• **EXERCISE**
Pick out each line below containing "IFCRELAGGREGATES".

Collected data entries:

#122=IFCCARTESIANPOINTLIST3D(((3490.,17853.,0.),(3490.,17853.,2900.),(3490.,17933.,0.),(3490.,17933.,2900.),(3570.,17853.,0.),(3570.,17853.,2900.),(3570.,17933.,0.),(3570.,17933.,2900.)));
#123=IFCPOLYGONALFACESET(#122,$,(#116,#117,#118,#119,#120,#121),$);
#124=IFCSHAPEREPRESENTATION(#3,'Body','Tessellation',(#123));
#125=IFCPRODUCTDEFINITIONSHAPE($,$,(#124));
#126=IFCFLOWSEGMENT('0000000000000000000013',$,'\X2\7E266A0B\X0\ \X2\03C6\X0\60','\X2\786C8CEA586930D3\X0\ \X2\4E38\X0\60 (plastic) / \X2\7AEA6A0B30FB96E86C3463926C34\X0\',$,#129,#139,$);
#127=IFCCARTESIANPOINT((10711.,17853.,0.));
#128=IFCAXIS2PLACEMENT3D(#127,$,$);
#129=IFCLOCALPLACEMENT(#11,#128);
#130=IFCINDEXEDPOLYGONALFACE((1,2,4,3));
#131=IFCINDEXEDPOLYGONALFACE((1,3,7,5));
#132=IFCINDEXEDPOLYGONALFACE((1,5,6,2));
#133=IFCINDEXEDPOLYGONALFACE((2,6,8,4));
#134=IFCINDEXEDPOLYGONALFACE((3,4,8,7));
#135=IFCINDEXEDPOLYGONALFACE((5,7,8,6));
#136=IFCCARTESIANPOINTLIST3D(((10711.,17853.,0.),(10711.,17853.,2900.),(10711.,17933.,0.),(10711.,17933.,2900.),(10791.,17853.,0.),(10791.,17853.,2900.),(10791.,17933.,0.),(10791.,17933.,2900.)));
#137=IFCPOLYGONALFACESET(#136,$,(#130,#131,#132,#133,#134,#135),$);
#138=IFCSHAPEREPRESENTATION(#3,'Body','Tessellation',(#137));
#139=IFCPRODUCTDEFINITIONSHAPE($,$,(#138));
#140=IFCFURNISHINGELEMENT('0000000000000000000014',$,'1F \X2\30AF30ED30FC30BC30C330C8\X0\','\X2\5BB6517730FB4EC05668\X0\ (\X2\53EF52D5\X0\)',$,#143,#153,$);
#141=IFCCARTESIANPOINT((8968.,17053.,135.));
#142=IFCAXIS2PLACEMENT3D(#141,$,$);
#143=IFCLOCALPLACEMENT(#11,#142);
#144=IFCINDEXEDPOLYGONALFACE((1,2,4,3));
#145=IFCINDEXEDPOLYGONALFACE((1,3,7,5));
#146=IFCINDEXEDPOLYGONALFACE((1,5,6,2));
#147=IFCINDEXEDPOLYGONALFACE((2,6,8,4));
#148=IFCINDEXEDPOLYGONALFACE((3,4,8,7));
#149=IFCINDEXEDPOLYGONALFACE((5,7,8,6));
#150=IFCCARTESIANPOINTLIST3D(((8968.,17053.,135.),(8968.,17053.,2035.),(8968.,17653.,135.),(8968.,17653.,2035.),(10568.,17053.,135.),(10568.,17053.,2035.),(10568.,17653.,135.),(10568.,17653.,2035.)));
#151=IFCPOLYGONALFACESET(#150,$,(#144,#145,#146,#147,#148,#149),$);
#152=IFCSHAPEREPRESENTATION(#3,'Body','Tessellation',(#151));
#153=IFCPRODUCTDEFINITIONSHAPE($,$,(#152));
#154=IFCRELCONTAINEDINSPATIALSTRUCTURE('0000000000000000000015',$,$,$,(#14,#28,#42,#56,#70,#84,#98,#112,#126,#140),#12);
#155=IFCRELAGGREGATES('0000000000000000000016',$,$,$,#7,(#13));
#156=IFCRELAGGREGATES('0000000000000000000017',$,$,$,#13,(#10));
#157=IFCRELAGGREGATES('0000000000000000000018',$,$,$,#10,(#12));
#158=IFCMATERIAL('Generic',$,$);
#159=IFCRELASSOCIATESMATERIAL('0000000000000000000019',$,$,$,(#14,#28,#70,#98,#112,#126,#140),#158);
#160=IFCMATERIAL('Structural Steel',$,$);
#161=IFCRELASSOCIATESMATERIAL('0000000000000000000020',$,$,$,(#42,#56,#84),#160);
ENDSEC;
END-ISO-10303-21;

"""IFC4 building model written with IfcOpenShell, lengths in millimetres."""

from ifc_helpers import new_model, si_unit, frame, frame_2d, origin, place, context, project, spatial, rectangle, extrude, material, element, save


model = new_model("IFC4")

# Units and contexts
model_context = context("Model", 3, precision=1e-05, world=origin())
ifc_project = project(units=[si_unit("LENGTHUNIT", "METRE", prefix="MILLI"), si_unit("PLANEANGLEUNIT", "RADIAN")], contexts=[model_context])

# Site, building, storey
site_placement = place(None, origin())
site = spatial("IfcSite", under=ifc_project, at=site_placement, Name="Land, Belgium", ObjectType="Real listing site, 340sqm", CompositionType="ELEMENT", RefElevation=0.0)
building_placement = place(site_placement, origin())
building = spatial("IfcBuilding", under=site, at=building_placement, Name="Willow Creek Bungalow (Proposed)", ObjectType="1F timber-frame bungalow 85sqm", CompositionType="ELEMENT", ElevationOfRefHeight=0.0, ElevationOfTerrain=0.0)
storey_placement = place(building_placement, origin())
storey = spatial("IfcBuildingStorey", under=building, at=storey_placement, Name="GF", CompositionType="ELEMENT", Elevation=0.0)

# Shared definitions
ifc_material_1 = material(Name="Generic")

• **SOLUTION FOR THIS EXERCISE**
#155=IFCRELAGGREGATES('0000000000000000000016',$,$,$,#7,(#13));
#156=IFCRELAGGREGATES('0000000000000000000017',$,$,$,#13,(#10));
#157=IFCRELAGGREGATES('0000000000000000000018',$,$,$,#10,(#12));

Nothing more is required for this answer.